I listened, from the other side of the door. Leave him they said, he will be fine. We will deal with him. You go home.”
Go home they said. I was to go home with feelings of being helplessly pushed out of my child’s life at a time when he needed me most, the same feelings as every day.
Every day I left him there so upset because he didn’t want to go. He didn’t want to be there, it was all too much, but he had to.
He had to, they told me. If he didnt they wouldn’t have the evidence, he wouldn’t get the help. He would be stuck in mainstream education forever.
Forever. That’s what it seemed like as I stood outside that door. I didn’t go home straight away that day. I listened.
I listened as five adults surrounded my eight year old. As he was held down, restrained they called it.

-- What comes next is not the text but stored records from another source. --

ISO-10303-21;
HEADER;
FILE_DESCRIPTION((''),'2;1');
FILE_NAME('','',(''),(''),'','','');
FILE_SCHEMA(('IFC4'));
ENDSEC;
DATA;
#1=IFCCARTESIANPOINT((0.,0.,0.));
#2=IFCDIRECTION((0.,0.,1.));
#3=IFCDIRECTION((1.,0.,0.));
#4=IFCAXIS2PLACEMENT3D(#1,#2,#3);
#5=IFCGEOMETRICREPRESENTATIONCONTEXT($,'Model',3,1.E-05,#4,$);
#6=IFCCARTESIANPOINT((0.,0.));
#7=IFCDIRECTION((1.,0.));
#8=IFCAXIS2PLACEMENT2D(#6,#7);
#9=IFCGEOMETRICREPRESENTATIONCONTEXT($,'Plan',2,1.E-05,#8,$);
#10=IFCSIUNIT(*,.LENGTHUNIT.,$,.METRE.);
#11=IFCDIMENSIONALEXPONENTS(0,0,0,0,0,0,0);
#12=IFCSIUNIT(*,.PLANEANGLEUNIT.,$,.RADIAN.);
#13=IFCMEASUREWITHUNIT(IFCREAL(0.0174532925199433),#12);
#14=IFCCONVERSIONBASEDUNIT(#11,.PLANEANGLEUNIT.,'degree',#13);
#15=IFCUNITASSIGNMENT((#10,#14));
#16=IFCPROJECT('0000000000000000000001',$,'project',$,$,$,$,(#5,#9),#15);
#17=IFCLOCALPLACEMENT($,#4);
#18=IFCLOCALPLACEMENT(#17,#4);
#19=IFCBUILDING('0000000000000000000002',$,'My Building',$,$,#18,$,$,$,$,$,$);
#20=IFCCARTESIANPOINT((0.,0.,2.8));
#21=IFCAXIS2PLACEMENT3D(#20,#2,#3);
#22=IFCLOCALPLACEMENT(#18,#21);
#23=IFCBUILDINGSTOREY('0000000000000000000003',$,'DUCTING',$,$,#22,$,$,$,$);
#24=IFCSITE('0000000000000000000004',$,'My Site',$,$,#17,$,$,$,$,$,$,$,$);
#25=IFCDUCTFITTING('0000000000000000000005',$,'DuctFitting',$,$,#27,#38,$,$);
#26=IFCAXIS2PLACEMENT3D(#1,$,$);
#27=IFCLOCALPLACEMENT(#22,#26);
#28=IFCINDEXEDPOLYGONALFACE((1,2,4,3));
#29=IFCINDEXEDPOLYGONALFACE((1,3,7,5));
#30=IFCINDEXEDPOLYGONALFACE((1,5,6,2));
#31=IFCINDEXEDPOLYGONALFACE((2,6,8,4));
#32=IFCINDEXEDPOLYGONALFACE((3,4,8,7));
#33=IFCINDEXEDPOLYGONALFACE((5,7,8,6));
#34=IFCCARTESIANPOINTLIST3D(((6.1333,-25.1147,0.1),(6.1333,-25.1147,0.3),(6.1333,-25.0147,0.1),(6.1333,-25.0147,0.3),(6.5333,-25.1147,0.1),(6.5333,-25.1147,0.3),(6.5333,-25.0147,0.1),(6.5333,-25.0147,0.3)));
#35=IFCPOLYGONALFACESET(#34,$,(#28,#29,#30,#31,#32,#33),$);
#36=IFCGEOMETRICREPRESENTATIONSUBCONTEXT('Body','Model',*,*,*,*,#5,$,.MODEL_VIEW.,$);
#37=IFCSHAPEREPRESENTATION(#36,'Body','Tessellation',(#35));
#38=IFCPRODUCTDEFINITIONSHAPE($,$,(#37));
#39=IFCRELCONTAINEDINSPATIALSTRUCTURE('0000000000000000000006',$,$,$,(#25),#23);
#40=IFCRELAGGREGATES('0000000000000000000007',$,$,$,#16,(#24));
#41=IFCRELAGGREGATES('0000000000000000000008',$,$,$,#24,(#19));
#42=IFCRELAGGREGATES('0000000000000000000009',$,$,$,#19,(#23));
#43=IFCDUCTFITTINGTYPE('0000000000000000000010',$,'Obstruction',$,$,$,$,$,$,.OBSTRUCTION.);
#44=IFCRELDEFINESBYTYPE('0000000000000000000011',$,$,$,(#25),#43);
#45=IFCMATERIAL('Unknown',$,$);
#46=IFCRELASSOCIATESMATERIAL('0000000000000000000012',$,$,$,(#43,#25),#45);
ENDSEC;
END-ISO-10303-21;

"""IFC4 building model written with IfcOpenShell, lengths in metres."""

from ifc_helpers import new_model, entity, si_unit, converted_unit, frame, origin_with_axes, origin_2d_with_axis, place, context, subcontext, project, spatial, rectangle, extrude, material, material_profile, profile_set, profile_usage, type_object, element, save


model = new_model("IFC4")

# Units and contexts
model_context = context("Model", 3, precision=1e-05, world=origin_with_axes())
plan_context = context("Plan", 2, precision=1e-05, world=origin_2d_with_axis())
body_context = subcontext(model_context, "Body", "Model", "MODEL_VIEW")
ifc_project = project(units=[si_unit("LENGTHUNIT", "METRE"), converted_unit("PLANEANGLEUNIT", "degree", entity("IfcReal", 0.0174532925199433), si_unit("PLANEANGLEUNIT", "RADIAN"), dimensions=[0, 0, 0, 0, 0, 0, 0])], contexts=[model_context, plan_context])

# Site, building, storey
site_placement = place(None, origin_with_axes())
site = spatial("IfcSite", under=ifc_project, at=site_placement, Name="My Site")
building_placement = place(site_placement, origin_with_axes())
building = spatial("IfcBuilding", under=site, at=building_placement, Name="My Building")
storey_placement = place(building_placement, frame((0.0, 0.0, 2.8), z_axis=(0.0, 0.0, 1.0), x_axis=(1.0, 0.0, 0.0)))
storey = spatial("IfcBuildingStorey", under=building, at=storey_placement, Name="DUCTING")

# Shared definitions
ifc_material = material(Name="Unknown")

# Duct fitting
ifc_material_profile_1 = material_profile(ifc_material, rectangle(XDim=0.4, YDim=0.2))
ifc_profile_set_1 = profile_set([ifc_material_profile_1])
duct_fitting_type_1 = type_object("IfcDuctFittingType", Name="Obstruction", PredefinedType="OBSTRUCTION", material=ifc_profile_set_1)
ifc_profile_usage_1 = profile_usage(ifc_profile_set_1, cardinal=5)
duct_fitting_1_placement = place(storey_placement, frame((6.3333, -25.0147, 0.2), z_axis=(0.0, -1.0, 0.0), x_axis=(1.0, 0.0, 0.0)))
element("IfcDuctFitting", 1, at=duct_fitting_1_placement, inside=storey, type_object=duct_fitting_type_1, material=ifc_profile_usage_1, Name="DuctFitting", context=body_context, shape_type="SweptSolid", body=[
    extrude(rectangle(XDim=0.4, YDim=0.2), origin_with_axes(), (0.0, 0.0, 1.0), 0.1),
])

save(model, "model.ifc")
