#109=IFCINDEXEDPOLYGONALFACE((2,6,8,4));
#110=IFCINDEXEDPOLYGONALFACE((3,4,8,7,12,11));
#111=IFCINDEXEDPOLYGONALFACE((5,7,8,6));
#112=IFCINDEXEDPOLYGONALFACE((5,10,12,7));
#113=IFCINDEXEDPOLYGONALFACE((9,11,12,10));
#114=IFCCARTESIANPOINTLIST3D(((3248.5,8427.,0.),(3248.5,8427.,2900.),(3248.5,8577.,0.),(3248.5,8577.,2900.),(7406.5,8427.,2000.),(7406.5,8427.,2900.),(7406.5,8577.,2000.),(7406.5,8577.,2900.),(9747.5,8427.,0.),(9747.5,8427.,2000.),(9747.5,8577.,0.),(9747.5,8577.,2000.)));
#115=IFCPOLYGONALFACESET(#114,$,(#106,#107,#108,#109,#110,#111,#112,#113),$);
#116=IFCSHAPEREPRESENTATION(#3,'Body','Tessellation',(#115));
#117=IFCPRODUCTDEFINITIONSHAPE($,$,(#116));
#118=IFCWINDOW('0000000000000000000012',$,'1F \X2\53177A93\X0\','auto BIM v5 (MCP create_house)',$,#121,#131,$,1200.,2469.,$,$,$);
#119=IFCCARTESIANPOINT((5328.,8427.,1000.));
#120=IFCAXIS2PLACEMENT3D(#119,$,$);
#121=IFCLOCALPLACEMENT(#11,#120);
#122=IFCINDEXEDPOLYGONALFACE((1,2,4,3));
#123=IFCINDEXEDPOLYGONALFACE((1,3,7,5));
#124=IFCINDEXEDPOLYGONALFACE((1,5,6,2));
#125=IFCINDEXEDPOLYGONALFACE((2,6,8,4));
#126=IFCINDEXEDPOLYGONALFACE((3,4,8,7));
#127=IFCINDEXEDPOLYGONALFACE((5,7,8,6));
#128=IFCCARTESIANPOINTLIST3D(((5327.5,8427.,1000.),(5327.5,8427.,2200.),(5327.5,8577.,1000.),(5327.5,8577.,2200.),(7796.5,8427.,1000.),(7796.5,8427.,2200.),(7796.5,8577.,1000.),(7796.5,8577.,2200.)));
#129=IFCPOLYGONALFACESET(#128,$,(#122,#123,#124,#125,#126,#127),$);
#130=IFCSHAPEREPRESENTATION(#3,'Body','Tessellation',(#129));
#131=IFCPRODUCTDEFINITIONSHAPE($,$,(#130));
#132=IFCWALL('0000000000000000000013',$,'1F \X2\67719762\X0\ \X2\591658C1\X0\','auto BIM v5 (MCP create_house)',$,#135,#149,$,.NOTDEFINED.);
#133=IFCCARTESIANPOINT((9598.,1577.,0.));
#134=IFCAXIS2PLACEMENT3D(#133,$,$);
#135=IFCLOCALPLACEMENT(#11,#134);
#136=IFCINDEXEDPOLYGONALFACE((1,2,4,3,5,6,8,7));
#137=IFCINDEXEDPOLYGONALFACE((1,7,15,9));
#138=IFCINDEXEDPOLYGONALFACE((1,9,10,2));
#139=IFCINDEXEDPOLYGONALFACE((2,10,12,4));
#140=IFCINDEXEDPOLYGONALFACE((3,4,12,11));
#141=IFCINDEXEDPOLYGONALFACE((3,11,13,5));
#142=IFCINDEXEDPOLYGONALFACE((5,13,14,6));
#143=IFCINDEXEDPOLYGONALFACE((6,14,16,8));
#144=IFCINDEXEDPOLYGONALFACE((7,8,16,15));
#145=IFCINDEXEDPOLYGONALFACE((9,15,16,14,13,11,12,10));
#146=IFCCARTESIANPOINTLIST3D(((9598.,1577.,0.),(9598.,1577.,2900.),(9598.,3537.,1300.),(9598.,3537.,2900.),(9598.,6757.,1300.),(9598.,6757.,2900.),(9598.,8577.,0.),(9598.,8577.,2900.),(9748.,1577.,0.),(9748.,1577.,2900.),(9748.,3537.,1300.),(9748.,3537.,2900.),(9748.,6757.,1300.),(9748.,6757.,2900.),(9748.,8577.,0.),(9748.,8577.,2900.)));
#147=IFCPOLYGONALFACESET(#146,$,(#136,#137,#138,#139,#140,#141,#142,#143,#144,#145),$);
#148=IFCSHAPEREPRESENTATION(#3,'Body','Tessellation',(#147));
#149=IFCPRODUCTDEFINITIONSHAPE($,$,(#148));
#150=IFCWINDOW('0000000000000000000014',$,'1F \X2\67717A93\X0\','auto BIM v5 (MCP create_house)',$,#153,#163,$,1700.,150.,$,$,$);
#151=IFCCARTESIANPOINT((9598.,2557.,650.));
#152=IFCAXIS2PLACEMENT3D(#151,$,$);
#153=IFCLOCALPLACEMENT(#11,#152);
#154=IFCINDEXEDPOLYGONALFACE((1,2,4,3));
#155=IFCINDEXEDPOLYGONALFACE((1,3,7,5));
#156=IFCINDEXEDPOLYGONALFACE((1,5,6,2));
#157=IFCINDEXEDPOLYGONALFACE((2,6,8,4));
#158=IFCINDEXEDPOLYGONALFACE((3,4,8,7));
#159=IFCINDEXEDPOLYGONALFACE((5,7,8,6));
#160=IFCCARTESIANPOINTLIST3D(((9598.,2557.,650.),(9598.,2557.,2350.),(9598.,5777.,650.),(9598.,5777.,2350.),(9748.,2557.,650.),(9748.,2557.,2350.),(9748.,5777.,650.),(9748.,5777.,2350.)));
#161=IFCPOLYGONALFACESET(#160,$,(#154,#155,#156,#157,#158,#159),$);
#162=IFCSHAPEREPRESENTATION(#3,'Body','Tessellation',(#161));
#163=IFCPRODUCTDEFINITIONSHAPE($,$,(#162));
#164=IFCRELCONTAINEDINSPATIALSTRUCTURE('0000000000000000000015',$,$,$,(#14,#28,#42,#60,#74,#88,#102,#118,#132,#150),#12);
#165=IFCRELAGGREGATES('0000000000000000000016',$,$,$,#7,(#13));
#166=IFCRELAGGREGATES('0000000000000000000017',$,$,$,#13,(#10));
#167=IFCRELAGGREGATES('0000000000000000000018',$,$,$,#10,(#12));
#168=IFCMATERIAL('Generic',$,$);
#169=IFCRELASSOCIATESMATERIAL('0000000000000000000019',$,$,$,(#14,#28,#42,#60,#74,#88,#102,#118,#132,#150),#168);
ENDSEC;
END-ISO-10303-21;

Restrained by five scary people, most he didn’t know, one was shouting at him, telling him off.
Telling him off for having a meltdown because it was all too much. Surrounding him unnecessarily when he was only eight.
Only eight! Autistic with sensory processing difficulties and hyperacusis where loud sounds hurt his ears. Loud sounds like shouting.
Shouting so loud that I could hear on the other side of the door, down the corridor, through another door, outside.
Outside as I was pushed away, locked out of the school. Locked out of my childs life, tears streaming down my face, my insides twisted in pain. Helpless because I felt I had no choice and I regret it.
I regret it to this day, that I ever left him there. That I left him in their care. That I trusted what they said. That I thought they knew what they were doing.
But what they were doing was damaging my child. Making him worse. Making him hate school more. They would hate it too if they were surrounded by five people twice their size, being shouted at, held down. They too would have lashed out and screamed if someone did that to them. They would have fought.
I fought, I fought hard and I got him help, I got him out eventually but I regret so much making my baby go there. I found out how bad it was when he moved somewhere better. I wish I had moved him, kept him home, anything I could. He doesn’t blame me.
He doesn’t blame me, he is happy I tried my best. He is thrilled to be where he is now but I still feel the pain.
The pain I felt as I stood outside that door.